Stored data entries
== Segment start ==

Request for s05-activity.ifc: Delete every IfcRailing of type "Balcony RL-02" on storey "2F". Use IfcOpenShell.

First a look at what the model holds.

```python
import ifcopenshell
import ifcopenshell.util.element

model = ifcopenshell.open("s05-activity.ifc")
print(model.schema)
storey = next(s for s in model.by_type("IfcBuildingStorey") if s.Name == "2F")
railings = [e for e in ifcopenshell.util.element.get_decomposition(storey) if e.is_a("IfcRailing")]
seen = {}
for e in railings:
    element_type = ifcopenshell.util.element.get_type(e)
    name = element_type.Name if element_type not in (None, e) else None
    seen[name] = seen.get(name, 0) + 1
for name, count in sorted(seen.items(), key=str):
    print(count, "x", name)
```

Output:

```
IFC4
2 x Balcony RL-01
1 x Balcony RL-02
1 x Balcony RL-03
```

```python
import ifcopenshell
import ifcopenshell.api.root
import ifcopenshell.util.element

model = ifcopenshell.open("s05-activity.ifc")

storey = next(s for s in model.by_type("IfcBuildingStorey") if s.Name == "2F")
railings = [e for e in ifcopenshell.util.element.get_decomposition(storey) if e.is_a("IfcRailing")]
targets = [e for e in railings if (t := ifcopenshell.util.element.get_type(e)) not in (None, e) and t.Name == "Balcony RL-02"]

for e in targets:
    ifcopenshell.api.root.remove_product(model, product=e)
print(len(targets), "removed")

model.write("s05-activity_rev.ifc")
```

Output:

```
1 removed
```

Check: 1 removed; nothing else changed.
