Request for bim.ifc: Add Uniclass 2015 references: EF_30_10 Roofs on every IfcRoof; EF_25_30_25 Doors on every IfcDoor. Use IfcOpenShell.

First a look at what the model holds.

```python
import ifcopenshell

model = ifcopenshell.open("bim.ifc")
print(model.schema)
print("classifications:", [c.Name for c in model.by_type("IfcClassification")])
for ifc_class in ("IfcDoor", "IfcRoof", "IfcStair", "IfcWall", "IfcWindow"):
    print(ifc_class, len(model.by_type(ifc_class)))
```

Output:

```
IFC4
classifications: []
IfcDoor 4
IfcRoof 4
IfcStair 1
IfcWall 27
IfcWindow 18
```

```python
import ifcopenshell
import ifcopenshell.api.classification

model = ifcopenshell.open("bim.ifc")

system = ifcopenshell.api.classification.add_classification(model, classification="Uniclass 2015")

codes = {
    "IfcRoof": ("EF_30_10", "Roofs"),
    "IfcDoor": ("EF_25_30_25", "Doors"),
}
for ifc_class, (code, name) in codes.items():
    products = model.by_type(ifc_class)
    ifcopenshell.api.classification.add_reference(
        model, products=products, classification=system, identification=code, name=name
    )
    print(code, len(products))

model.write("bim-out.ifc")
```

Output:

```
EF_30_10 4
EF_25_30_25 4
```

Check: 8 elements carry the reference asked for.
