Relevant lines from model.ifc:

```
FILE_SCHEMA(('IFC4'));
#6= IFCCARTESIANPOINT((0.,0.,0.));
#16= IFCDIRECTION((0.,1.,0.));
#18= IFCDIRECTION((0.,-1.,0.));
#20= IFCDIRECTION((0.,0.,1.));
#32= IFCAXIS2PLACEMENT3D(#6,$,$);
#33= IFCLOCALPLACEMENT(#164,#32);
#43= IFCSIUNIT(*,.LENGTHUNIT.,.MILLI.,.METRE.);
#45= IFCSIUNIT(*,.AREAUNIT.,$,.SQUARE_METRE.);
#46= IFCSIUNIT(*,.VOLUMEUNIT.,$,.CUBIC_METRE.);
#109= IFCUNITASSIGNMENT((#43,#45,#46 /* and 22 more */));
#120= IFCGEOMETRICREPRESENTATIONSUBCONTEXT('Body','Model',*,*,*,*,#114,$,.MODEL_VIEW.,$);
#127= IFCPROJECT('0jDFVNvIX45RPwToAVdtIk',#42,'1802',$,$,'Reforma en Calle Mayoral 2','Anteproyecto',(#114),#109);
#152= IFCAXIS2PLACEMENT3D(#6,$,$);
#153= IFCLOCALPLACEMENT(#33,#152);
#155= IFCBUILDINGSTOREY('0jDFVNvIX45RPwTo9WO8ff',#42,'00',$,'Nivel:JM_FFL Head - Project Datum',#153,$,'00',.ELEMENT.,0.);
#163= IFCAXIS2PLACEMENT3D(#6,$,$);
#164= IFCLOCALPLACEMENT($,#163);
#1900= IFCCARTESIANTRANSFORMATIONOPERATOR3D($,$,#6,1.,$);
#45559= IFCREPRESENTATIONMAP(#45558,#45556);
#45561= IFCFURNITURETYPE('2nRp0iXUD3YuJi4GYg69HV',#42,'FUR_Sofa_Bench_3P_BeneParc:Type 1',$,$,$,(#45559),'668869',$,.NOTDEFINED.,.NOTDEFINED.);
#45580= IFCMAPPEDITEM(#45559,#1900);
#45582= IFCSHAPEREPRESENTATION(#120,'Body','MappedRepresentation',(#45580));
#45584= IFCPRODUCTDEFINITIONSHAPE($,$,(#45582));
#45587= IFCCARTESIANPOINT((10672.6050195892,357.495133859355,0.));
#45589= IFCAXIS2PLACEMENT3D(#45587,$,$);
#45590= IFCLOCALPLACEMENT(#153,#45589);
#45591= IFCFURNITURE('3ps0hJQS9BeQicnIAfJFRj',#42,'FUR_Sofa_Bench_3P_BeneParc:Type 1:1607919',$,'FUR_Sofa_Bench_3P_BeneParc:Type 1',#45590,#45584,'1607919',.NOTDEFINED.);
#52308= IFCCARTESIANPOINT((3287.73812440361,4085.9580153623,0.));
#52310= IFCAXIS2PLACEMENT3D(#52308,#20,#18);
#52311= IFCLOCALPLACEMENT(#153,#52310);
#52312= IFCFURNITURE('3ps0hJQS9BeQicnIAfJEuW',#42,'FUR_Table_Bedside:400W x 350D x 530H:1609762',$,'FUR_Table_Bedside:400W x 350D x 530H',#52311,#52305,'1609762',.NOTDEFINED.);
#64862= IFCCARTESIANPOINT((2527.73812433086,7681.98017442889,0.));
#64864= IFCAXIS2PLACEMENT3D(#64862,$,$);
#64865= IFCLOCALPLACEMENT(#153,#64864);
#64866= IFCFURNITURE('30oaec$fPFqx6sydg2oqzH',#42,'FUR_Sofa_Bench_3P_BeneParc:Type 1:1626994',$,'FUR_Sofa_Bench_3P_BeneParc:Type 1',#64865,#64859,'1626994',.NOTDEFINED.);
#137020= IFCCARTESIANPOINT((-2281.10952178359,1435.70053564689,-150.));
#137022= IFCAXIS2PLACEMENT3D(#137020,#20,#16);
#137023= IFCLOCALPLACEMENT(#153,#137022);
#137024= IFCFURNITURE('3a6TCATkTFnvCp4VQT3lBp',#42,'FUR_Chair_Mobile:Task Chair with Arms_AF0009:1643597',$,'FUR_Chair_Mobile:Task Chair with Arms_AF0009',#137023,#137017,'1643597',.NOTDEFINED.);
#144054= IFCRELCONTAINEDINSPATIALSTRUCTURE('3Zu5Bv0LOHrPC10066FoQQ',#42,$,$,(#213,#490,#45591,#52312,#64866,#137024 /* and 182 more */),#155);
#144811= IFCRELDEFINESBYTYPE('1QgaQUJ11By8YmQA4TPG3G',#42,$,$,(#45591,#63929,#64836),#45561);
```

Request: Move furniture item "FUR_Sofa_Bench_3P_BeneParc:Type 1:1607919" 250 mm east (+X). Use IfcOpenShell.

```python
import ifcopenshell
import ifcopenshell.api.geometry
import ifcopenshell.util.placement

model = ifcopenshell.open("model.ifc")

item = model.by_guid("3ps0hJQS9BeQicnIAfJFRj")
matrix = ifcopenshell.util.placement.get_local_placement(item.ObjectPlacement)
matrix[0, 3] += 250.0
ifcopenshell.api.geometry.edit_object_placement(model, product=item, matrix=matrix, is_si=False)

print(ifcopenshell.util.placement.get_local_placement(item.ObjectPlacement).round(3) + 0.0)

model.write("model_updated.ifc")
```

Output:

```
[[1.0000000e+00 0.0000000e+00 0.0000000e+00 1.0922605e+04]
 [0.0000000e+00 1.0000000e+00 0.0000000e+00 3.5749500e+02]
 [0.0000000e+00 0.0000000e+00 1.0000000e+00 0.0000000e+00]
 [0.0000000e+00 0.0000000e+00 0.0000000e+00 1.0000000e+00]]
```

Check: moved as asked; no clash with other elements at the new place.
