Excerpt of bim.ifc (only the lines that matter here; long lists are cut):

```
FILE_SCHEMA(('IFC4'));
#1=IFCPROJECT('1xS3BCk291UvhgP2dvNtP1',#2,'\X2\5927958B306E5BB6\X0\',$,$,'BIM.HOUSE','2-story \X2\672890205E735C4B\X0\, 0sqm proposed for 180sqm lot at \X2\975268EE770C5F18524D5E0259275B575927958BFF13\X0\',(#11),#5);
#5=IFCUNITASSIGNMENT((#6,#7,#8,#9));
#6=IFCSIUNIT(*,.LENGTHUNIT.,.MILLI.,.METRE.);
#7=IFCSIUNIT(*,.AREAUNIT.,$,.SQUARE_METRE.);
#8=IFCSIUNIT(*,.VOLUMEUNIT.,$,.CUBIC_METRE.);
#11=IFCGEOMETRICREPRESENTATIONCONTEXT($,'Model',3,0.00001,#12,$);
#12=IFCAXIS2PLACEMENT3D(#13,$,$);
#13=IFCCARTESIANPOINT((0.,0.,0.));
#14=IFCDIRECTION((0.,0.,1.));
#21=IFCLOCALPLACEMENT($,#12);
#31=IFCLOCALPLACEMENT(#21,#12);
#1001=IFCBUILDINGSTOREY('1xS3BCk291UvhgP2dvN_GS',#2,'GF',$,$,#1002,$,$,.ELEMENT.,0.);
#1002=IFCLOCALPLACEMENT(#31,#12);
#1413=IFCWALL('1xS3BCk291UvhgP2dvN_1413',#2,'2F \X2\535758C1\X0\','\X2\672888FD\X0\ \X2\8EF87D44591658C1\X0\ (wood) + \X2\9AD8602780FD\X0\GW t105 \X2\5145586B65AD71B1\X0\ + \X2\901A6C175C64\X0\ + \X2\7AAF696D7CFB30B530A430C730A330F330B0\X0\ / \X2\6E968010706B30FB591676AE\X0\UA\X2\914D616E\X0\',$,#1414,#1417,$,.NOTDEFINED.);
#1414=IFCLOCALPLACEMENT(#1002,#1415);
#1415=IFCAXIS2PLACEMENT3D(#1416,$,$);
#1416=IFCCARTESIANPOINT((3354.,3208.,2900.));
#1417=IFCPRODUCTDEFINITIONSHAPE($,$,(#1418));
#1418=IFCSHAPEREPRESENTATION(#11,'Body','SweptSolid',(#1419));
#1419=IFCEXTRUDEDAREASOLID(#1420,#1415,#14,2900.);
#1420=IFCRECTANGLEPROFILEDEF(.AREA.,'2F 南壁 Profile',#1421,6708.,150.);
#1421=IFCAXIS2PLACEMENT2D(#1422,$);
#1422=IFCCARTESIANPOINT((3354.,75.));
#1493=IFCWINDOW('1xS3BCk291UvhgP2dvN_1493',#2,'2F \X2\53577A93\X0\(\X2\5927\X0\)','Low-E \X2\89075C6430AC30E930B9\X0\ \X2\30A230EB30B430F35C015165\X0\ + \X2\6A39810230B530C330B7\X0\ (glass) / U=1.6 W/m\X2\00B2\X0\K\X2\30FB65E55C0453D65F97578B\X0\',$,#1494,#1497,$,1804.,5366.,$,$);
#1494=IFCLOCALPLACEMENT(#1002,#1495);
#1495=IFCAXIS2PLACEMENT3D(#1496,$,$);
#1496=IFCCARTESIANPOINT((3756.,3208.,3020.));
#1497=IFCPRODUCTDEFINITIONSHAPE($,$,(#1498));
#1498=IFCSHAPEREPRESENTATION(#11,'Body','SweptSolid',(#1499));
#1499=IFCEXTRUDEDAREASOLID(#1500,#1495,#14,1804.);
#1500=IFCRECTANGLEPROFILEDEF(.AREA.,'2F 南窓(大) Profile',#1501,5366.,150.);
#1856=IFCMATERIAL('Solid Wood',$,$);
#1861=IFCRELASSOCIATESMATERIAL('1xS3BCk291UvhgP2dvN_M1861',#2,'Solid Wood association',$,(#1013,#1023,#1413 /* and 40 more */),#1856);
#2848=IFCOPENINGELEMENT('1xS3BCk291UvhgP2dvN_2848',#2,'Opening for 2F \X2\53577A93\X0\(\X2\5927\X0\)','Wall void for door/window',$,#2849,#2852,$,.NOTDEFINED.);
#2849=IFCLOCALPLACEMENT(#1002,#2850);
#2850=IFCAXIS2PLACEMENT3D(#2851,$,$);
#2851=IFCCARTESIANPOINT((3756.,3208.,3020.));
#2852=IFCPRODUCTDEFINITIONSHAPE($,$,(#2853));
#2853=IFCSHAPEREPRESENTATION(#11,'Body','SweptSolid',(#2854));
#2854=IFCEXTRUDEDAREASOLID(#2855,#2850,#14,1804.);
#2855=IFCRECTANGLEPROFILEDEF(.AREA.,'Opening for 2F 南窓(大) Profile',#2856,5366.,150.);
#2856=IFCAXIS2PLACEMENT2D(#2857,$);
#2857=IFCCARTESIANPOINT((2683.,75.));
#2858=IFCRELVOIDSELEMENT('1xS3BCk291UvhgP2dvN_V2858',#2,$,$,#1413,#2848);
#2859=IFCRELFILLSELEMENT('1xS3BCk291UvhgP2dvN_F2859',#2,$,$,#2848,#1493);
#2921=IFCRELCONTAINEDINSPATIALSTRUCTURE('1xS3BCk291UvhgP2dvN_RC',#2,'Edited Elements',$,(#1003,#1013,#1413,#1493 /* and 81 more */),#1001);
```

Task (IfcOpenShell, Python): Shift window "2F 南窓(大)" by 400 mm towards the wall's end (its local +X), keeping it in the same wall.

```python
import ifcopenshell
import ifcopenshell.api.geometry
import ifcopenshell.util.placement
import ifcopenshell.util.unit

model = ifcopenshell.open("bim.ifc")
unit_scale = ifcopenshell.util.unit.calculate_unit_scale(model)

window = model.by_guid("1xS3BCk291UvhgP2dvN_1493")
opening = window.FillsVoids[0].RelatingOpeningElement
wall = opening.VoidsElements[0].RelatingBuildingElement

wall_matrix = ifcopenshell.util.placement.get_local_placement(wall.ObjectPlacement)
shift = wall_matrix[:3, 0] * 0.4 / unit_scale
before = ifcopenshell.util.placement.get_local_placement(window.ObjectPlacement)[:3, 3].copy()

# The window is not placed relative to its opening, so move both.
for product in (opening, window):
    matrix = ifcopenshell.util.placement.get_local_placement(product.ObjectPlacement)
    matrix[:3, 3] += shift
    ifcopenshell.api.geometry.edit_object_placement(model, product=product, matrix=matrix, is_si=False)

after = ifcopenshell.util.placement.get_local_placement(window.ObjectPlacement)[:3, 3]
print("window moved by", (after - before).round(3) + 0.0)

model.write("bim_rev.ifc")
```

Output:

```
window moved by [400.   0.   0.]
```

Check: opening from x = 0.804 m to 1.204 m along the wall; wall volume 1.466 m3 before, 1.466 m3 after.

== Segment end ==

• What needs to be done
Which lines of the data hold the string "IFCCARTESIANPOINT"? Return each of them.

• Task solution
#6= IFCCARTESIANPOINT((0.,0.,0.));
#45587= IFCCARTESIANPOINT((10672.6050195892,357.495133859355,0.));
#52308= IFCCARTESIANPOINT((3287.73812440361,4085.9580153623,0.));
#64862= IFCCARTESIANPOINT((2527.73812433086,7681.98017442889,0.));
#137020= IFCCARTESIANPOINT((-2281.10952178359,1435.70053564689,-150.));
#13=IFCCARTESIANPOINT((0.,0.,0.));
#1416=IFCCARTESIANPOINT((3354.,3208.,2900.));
#1422=IFCCARTESIANPOINT((3354.,75.));
#1496=IFCCARTESIANPOINT((3756.,3208.,3020.));
#2851=IFCCARTESIANPOINT((3756.,3208.,3020.));
#2857=IFCCARTESIANPOINT((2683.,75.));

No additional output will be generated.